Using the listing below, copy exactly the lines from the one containing "#44=IFCINDEXEDPOLYGONALFACE((3,4,8,7));" to the one containing "END-ISO-10303-21;", both lines included, and no others.

--*--

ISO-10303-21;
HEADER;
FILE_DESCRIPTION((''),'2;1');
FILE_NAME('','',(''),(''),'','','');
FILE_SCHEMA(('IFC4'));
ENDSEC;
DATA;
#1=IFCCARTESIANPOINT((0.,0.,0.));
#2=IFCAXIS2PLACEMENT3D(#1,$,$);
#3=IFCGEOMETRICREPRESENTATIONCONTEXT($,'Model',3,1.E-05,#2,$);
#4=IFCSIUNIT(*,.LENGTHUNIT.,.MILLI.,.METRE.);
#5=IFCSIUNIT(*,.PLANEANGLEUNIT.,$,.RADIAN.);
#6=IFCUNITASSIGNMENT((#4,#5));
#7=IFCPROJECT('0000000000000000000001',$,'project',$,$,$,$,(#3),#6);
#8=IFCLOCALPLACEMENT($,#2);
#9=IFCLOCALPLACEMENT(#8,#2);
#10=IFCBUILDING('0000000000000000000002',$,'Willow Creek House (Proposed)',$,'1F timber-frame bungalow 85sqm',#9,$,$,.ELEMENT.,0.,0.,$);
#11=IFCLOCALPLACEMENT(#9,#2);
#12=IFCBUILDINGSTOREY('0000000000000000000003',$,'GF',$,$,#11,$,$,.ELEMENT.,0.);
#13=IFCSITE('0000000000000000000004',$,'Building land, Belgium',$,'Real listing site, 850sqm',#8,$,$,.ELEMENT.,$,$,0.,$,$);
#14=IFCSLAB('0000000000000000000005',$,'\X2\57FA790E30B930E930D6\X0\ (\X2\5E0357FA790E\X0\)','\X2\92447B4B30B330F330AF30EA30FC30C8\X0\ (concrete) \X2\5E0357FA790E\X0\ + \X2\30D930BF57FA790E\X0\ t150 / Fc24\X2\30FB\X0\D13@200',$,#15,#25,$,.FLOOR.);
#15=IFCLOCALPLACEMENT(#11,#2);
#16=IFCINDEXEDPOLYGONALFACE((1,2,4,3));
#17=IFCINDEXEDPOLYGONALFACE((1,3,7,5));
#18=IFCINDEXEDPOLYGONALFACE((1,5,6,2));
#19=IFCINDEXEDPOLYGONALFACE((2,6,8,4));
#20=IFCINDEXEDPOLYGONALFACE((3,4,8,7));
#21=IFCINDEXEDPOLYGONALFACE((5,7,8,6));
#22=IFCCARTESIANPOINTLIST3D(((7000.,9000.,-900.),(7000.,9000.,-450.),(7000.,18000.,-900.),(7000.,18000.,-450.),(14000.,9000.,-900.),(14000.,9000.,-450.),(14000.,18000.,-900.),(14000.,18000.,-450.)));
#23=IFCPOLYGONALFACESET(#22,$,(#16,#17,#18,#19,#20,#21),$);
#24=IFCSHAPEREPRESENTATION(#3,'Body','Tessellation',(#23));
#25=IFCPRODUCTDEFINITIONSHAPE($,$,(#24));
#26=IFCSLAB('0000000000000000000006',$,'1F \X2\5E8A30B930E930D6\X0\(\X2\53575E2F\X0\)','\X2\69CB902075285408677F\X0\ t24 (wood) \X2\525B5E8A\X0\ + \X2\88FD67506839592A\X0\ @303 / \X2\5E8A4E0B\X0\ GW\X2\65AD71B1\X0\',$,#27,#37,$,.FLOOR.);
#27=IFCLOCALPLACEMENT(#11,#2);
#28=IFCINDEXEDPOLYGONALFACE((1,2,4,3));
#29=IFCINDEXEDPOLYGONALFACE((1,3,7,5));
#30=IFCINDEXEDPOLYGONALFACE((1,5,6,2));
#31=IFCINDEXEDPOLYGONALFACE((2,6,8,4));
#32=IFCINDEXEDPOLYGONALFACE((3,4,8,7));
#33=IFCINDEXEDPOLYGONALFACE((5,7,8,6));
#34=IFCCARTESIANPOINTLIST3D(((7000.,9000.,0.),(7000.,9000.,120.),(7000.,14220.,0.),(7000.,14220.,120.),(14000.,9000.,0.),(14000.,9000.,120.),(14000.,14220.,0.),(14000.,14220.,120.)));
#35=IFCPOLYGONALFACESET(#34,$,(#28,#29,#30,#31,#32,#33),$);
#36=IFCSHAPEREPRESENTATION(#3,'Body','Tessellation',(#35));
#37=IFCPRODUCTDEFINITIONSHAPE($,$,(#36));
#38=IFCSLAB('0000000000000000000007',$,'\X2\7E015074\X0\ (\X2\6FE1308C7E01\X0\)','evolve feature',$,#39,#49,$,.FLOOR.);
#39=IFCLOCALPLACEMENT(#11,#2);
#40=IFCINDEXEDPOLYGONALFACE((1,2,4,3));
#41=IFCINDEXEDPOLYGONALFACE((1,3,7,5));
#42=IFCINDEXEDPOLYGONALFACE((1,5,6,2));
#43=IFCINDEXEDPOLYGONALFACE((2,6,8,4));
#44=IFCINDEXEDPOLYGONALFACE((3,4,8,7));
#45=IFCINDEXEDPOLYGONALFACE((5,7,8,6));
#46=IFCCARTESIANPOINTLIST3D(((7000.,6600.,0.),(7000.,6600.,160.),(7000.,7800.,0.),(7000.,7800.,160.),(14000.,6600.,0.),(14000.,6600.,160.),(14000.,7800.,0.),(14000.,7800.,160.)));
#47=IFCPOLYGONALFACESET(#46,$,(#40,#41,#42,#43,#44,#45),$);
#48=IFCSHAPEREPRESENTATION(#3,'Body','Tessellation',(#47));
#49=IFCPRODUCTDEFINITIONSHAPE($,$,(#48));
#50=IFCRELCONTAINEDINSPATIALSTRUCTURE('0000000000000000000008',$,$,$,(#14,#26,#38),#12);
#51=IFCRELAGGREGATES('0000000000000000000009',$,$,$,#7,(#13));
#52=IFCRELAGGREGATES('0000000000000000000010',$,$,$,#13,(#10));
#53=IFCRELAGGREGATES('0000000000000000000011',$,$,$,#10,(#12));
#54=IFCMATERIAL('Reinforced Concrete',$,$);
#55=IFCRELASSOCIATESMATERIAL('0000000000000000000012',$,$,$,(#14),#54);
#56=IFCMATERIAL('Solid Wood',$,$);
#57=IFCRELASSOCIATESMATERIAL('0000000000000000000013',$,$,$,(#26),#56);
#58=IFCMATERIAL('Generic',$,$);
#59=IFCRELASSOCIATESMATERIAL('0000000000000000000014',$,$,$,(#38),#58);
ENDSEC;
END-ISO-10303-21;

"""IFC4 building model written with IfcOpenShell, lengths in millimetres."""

from ifc_helpers import new_model, si_unit, frame, frame_2d, origin, place, context, project, spatial, rectangle, extrude, material, element, save


model = new_model("IFC4")

# Units and contexts
model_context = context("Model", 3, precision=1e-05, world=origin())
ifc_project = project(units=[si_unit("LENGTHUNIT", "METRE", prefix="MILLI"), si_unit("PLANEANGLEUNIT", "RADIAN")], contexts=[model_context])

# Site, building, storey
site_placement = place(None, origin())
site = spatial("IfcSite", under=ifc_project, at=site_placement, Name="Building land, Belgium", ObjectType="Real listing site, 850sqm", CompositionType="ELEMENT", RefElevation=0.0)
building_placement = place(site_placement, origin())
building = spatial("IfcBuilding", under=site, at=building_placement, Name="Willow Creek House (Proposed)", ObjectType="1F timber-frame bungalow 85sqm", CompositionType="ELEMENT", ElevationOfRefHeight=0.0, ElevationOfTerrain=0.0)
storey_placement = place(building_placement, origin())
storey = spatial("IfcBuildingStorey", under=building, at=storey_placement, Name="GF", CompositionType="ELEMENT", Elevation=0.0)

# Slabs
ifc_material_1 = material(Name="Reinforced Concrete")
slab_1_placement = place(storey_placement, frame((3500.0, 4500.0, -450.0)))
element("IfcSlab", 1, at=slab_1_placement, inside=storey, material=ifc_material_1, Name="基礎スラブ (布基礎)", Description="鉄筋コンクリート (concrete) 布基礎 + ベタ基礎 t150 / Fc24・D13@200", PredefinedType="FLOOR", context=model_context, shape_type="SweptSolid", body=[
    extrude(rectangle(XDim=7000.0, YDim=9000.0, at=frame_2d((3500.0, 4500.0))), frame((3500.0, 4500.0, -450.0)), (0.0, 0.0, 1.0), 450.0),
])
ifc_material_2 = material(Name="Solid Wood")
slab_2_placement = place(storey_placement, frame((3500.0, 4500.0, 0.0)))
element("IfcSlab", 2, at=slab_2_placement, inside=storey, material=ifc_material_2, Name="1F 床スラブ(南帯)", Description="構造用合板 t24 (wood) 剛床 + 製材根太 @303 / 床下 GW断熱", PredefinedType="FLOOR", context=model_context, shape_type="SweptSolid", body=[
    extrude(rectangle(XDim=7000.0, YDim=5220.0, at=frame_2d((3500.0, 2610.0))), frame((3500.0, 4500.0, 0.0)), (0.0, 0.0, 1.0), 120.0),
])
ifc_material_3 = material(Name="Generic")
slab_3_placement = place(storey_placement, frame((3500.0, 3300.0, 0.0)))
element("IfcSlab", 3, at=slab_3_placement, inside=storey, material=ifc_material_3, Name="縁側 (濡れ縁)", Description="evolve feature", PredefinedType="FLOOR", context=model_context, shape_type="SweptSolid", body=[
    extrude(rectangle(XDim=7000.0, YDim=1200.0, at=frame_2d((3500.0, 600.0))), frame((3500.0, 3300.0, 0.0)), (0.0, 0.0, 1.0), 160.0),
])

save(model, "model.ifc")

--*--

**REPLY**
#44=IFCINDEXEDPOLYGONALFACE((3,4,8,7));
#45=IFCINDEXEDPOLYGONALFACE((5,7,8,6));
#46=IFCCARTESIANPOINTLIST3D(((7000.,6600.,0.),(7000.,6600.,160.),(7000.,7800.,0.),(7000.,7800.,160.),(14000.,6600.,0.),(14000.,6600.,160.),(14000.,7800.,0.),(14000.,7800.,160.)));
#47=IFCPOLYGONALFACESET(#46,$,(#40,#41,#42,#43,#44,#45),$);
#48=IFCSHAPEREPRESENTATION(#3,'Body','Tessellation',(#47));
#49=IFCPRODUCTDEFINITIONSHAPE($,$,(#48));
#50=IFCRELCONTAINEDINSPATIALSTRUCTURE('0000000000000000000008',$,$,$,(#14,#26,#38),#12);
#51=IFCRELAGGREGATES('0000000000000000000009',$,$,$,#7,(#13));
#52=IFCRELAGGREGATES('0000000000000000000010',$,$,$,#13,(#10));
#53=IFCRELAGGREGATES('0000000000000000000011',$,$,$,#10,(#12));
#54=IFCMATERIAL('Reinforced Concrete',$,$);
#55=IFCRELASSOCIATESMATERIAL('0000000000000000000012',$,$,$,(#14),#54);
#56=IFCMATERIAL('Solid Wood',$,$);
#57=IFCRELASSOCIATESMATERIAL('0000000000000000000013',$,$,$,(#26),#56);
#58=IFCMATERIAL('Generic',$,$);
#59=IFCRELASSOCIATESMATERIAL('0000000000000000000014',$,$,$,(#38),#58);
ENDSEC;
END-ISO-10303-21;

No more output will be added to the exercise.